→ ENTRIES SUPPLIED:
___

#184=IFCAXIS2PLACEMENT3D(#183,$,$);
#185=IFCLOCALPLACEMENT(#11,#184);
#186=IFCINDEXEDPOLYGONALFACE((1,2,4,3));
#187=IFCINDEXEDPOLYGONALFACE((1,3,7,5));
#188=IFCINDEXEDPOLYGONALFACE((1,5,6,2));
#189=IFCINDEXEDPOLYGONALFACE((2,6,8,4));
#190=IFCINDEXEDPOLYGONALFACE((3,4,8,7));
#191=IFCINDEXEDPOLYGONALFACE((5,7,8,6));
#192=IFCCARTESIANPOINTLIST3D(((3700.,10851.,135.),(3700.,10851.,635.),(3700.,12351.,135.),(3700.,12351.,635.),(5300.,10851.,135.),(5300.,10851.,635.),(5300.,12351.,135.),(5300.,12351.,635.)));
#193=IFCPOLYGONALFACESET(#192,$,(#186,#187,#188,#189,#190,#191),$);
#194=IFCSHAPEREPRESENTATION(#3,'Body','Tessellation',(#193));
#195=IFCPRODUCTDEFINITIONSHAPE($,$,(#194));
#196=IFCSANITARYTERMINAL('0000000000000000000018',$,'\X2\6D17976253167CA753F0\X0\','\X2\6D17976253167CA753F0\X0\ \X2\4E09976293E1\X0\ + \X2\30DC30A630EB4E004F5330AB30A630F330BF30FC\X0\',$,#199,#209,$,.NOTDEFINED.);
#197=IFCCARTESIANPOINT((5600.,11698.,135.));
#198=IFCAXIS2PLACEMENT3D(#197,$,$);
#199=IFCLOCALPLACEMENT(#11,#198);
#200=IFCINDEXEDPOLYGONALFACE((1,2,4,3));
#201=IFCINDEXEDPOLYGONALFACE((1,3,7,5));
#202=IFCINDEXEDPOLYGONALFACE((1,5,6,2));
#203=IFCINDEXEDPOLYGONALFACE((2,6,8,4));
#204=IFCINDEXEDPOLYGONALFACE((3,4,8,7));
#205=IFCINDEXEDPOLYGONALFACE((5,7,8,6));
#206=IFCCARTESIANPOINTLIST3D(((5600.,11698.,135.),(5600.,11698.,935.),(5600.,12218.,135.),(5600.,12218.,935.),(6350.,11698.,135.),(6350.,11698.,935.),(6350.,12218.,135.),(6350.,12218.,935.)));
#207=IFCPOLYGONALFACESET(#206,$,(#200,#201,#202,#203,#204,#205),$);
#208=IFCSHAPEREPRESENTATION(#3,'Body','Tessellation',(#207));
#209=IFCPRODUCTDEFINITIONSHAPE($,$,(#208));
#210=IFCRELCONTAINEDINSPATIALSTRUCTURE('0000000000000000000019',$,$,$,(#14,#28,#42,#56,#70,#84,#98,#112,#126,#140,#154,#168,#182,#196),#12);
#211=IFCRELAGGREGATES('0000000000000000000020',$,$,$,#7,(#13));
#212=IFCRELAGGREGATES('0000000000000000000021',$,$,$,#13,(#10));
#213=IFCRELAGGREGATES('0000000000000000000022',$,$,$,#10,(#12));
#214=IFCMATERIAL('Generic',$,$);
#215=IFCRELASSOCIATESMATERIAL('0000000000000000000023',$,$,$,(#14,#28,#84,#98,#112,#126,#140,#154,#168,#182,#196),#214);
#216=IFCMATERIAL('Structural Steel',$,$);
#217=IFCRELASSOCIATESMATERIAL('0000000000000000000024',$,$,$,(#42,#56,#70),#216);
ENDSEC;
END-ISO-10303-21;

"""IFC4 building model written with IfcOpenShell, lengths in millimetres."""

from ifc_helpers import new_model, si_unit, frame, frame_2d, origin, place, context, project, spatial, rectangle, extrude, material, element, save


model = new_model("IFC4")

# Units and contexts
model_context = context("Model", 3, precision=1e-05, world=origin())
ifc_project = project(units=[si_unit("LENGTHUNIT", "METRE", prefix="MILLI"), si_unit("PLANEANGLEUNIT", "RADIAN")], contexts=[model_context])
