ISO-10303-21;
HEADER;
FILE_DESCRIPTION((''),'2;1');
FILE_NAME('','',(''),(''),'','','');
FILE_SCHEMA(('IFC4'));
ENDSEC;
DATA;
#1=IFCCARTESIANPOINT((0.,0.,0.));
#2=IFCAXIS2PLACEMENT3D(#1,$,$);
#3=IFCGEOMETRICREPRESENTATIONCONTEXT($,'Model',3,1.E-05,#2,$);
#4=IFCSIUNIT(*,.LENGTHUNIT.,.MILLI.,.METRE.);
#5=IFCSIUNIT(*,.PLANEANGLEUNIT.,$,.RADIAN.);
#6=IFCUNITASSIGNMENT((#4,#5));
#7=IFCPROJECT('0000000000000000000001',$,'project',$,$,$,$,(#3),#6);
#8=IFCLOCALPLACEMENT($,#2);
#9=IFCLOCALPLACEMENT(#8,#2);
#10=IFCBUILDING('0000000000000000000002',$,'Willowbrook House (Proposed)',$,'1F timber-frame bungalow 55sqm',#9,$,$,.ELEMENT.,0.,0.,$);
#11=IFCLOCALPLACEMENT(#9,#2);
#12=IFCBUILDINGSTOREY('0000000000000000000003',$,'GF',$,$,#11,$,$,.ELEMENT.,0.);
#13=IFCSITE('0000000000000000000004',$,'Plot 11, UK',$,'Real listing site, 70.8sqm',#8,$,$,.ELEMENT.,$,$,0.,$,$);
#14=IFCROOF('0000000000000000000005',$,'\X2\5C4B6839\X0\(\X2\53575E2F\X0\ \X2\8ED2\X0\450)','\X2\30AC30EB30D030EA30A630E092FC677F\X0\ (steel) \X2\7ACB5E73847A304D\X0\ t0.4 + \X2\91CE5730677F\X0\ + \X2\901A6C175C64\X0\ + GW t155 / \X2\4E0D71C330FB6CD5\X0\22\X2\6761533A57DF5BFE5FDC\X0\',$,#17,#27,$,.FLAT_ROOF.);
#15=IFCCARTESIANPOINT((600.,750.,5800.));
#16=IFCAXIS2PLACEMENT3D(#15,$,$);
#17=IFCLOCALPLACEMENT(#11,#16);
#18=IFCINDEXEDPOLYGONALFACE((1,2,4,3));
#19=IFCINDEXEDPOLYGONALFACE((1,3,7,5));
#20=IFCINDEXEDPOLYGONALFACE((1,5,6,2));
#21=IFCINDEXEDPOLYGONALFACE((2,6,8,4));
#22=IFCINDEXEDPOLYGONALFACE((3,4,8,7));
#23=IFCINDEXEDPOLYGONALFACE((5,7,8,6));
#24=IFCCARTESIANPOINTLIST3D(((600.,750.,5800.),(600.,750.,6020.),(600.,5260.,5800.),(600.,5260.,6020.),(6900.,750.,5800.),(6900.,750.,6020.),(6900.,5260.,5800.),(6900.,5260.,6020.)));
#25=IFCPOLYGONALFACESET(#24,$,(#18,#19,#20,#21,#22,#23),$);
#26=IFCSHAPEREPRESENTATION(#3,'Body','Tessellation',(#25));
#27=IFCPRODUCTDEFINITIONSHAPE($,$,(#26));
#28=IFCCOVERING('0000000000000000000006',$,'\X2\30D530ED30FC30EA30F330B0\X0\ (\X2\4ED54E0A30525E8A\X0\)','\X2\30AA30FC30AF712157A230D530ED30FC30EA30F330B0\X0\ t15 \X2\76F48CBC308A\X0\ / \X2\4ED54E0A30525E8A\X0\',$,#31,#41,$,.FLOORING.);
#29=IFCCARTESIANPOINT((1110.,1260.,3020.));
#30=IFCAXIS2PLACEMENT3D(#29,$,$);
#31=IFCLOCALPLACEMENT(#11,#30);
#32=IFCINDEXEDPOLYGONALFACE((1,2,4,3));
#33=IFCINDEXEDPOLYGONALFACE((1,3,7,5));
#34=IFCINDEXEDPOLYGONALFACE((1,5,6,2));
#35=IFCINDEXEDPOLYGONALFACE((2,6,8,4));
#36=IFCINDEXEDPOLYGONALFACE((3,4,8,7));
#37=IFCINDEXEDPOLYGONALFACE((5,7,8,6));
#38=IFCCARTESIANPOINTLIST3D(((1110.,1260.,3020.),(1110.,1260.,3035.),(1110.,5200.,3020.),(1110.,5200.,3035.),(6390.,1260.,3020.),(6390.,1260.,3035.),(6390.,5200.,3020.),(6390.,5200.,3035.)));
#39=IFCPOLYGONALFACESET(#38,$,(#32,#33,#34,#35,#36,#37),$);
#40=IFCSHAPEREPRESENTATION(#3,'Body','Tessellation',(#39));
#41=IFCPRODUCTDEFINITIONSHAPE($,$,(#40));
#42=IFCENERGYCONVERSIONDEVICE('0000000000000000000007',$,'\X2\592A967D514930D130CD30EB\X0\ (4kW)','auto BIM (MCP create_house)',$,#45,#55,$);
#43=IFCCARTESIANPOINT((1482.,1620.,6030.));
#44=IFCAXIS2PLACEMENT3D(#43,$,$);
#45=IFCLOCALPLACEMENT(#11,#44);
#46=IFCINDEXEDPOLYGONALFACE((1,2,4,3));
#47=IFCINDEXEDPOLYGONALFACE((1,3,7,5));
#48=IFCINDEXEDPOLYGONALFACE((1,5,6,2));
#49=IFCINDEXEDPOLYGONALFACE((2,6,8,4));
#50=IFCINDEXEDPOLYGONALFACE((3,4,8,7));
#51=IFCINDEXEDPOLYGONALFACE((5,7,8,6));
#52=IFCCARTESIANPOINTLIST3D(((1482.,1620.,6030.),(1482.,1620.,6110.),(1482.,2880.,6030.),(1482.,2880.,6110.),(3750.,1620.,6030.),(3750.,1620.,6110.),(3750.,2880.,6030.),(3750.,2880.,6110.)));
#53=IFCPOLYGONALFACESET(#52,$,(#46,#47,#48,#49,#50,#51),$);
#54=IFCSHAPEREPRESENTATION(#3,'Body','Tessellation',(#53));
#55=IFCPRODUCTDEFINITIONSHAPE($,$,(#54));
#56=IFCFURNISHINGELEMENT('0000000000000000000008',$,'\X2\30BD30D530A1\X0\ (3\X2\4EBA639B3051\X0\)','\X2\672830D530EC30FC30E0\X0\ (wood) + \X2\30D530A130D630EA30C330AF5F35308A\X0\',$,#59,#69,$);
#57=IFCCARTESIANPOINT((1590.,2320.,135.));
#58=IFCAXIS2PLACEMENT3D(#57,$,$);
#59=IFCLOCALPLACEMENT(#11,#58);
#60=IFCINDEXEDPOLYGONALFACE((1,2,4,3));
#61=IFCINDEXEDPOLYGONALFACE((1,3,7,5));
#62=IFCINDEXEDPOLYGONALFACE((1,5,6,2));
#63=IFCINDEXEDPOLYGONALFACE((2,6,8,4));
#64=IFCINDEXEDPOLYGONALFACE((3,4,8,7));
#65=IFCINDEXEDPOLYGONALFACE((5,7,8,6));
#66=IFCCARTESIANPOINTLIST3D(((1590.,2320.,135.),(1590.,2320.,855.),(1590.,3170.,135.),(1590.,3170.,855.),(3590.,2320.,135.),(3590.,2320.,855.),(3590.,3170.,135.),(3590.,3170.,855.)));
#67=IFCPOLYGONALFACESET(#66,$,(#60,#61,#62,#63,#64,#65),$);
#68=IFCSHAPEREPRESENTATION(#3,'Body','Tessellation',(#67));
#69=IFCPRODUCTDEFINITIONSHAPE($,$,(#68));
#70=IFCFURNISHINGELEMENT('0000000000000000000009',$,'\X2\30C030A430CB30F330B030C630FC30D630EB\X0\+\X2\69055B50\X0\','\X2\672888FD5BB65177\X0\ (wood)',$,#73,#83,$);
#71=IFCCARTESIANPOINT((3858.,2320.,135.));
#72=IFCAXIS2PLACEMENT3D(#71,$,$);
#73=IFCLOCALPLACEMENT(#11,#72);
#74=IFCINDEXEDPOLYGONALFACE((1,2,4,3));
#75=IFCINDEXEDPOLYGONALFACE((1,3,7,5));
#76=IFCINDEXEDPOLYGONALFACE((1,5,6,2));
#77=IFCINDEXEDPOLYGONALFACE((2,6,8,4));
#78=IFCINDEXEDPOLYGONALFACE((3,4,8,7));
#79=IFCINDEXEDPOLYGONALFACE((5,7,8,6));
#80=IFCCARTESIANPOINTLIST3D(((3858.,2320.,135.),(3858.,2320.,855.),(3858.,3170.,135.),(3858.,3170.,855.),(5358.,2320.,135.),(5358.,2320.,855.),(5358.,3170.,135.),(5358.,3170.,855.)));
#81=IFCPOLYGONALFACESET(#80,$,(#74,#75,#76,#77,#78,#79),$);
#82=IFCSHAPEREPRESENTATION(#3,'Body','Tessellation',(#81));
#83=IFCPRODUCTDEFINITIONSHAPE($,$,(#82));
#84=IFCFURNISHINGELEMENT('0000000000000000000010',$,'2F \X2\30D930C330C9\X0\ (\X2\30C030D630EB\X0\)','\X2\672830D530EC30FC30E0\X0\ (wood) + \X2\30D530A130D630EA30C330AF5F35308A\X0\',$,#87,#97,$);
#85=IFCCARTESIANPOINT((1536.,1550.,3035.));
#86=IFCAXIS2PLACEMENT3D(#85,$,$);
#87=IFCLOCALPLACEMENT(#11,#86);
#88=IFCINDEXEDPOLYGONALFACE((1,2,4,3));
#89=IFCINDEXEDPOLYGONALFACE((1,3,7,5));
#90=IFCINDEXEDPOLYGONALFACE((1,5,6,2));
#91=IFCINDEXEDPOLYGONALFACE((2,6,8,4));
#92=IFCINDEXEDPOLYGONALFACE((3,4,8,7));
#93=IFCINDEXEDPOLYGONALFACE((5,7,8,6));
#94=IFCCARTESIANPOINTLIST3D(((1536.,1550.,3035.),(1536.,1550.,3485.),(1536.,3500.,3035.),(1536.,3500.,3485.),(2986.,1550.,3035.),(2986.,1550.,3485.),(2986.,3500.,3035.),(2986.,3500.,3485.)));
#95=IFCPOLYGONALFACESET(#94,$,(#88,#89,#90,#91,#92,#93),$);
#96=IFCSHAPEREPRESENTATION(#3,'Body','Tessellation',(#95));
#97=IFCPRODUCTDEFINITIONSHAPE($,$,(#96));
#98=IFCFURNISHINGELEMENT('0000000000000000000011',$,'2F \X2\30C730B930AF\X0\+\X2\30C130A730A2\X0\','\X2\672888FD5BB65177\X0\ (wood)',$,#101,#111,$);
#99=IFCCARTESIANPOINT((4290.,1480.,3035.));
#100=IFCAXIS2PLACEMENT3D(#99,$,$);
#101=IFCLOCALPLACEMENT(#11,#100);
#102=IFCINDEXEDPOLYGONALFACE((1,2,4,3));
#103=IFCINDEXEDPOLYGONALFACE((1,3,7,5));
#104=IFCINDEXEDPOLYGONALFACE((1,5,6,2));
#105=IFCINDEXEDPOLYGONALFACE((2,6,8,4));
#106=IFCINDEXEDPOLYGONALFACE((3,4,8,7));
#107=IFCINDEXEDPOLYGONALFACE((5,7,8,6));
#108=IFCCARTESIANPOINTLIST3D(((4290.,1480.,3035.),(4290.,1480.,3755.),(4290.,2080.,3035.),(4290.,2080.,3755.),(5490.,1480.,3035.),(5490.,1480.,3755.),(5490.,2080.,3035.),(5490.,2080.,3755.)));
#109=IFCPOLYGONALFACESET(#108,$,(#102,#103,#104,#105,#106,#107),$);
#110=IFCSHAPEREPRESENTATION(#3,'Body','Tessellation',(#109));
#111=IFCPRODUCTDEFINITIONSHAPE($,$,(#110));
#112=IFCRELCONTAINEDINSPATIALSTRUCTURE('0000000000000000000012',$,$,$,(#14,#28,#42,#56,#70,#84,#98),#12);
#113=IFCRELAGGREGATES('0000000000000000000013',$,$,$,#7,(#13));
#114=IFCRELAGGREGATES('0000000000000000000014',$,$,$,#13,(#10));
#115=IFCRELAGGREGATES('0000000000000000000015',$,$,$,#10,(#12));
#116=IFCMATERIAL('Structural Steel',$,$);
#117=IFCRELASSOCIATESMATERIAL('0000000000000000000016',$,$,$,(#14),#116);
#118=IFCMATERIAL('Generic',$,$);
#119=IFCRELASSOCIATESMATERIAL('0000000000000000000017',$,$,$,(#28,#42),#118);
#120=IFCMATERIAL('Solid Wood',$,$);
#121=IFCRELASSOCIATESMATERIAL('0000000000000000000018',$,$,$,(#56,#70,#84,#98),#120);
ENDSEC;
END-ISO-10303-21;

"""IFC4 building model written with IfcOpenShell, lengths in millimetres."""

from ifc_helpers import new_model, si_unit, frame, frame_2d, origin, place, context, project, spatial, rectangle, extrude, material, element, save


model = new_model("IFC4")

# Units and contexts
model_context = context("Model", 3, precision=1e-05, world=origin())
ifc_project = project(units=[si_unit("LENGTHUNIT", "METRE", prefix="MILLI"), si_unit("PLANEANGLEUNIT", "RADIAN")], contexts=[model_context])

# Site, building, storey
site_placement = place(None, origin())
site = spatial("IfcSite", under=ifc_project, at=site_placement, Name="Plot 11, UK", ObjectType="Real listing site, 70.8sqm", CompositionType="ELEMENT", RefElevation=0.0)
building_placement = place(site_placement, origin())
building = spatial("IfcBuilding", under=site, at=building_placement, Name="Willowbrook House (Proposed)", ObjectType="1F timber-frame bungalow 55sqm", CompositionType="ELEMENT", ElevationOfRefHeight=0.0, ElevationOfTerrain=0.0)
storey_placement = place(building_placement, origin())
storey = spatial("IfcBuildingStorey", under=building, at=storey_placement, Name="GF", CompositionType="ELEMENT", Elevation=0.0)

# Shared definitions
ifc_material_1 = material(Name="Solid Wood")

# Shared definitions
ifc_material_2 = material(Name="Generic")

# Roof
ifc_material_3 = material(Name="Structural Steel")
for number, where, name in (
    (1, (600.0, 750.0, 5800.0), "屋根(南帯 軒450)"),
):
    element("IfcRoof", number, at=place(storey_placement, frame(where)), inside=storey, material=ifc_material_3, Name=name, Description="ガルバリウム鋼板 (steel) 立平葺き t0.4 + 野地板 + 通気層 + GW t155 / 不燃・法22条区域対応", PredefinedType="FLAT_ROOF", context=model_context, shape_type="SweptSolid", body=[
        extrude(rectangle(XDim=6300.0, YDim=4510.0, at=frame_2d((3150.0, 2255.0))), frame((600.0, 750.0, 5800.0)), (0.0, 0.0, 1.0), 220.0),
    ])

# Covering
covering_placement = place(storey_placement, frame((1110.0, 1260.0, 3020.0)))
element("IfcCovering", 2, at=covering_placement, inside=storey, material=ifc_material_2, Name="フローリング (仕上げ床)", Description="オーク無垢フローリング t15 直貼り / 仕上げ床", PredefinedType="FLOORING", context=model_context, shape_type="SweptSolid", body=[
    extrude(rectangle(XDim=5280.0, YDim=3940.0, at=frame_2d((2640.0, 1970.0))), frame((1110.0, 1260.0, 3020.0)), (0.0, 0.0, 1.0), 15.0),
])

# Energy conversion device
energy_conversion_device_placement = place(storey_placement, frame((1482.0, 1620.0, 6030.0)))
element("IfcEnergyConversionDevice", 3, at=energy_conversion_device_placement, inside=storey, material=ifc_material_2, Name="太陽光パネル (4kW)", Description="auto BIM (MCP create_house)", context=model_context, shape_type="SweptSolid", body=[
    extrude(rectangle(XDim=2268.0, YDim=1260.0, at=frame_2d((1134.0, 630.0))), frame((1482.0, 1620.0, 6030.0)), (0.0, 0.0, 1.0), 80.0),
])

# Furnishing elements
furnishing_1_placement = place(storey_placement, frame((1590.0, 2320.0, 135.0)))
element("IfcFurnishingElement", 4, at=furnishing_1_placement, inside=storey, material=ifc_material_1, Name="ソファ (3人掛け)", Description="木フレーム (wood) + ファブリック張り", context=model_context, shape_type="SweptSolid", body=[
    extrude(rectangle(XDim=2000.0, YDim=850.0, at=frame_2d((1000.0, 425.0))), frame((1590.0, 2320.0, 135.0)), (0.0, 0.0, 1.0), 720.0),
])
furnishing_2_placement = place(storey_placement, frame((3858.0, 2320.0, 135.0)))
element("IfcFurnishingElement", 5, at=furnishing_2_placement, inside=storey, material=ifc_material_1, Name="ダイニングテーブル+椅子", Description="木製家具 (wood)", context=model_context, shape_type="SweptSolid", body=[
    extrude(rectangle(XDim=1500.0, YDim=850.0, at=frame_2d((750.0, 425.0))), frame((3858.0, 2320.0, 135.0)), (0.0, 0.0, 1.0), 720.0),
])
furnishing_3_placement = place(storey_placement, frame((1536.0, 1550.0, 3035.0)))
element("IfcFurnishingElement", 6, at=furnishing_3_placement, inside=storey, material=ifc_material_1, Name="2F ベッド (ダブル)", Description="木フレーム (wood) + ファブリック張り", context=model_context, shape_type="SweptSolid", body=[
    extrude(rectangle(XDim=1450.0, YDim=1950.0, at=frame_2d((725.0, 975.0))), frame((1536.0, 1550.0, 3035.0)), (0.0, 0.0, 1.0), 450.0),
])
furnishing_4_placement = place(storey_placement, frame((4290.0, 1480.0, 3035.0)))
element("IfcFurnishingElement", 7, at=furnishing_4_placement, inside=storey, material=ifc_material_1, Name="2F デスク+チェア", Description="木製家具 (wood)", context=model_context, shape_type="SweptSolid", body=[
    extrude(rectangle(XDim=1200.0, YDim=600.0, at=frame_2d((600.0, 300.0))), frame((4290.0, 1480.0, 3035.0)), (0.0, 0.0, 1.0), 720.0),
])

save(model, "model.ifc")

___

→ WHAT TO WORK ON:
Your task is to collect every line above that contains the word "IFCMATERIAL".

→ SOLUTION:
#214=IFCMATERIAL('Generic',$,$);
#216=IFCMATERIAL('Structural Steel',$,$);
#116=IFCMATERIAL('Structural Steel',$,$);
#118=IFCMATERIAL('Generic',$,$);
#120=IFCMATERIAL('Solid Wood',$,$);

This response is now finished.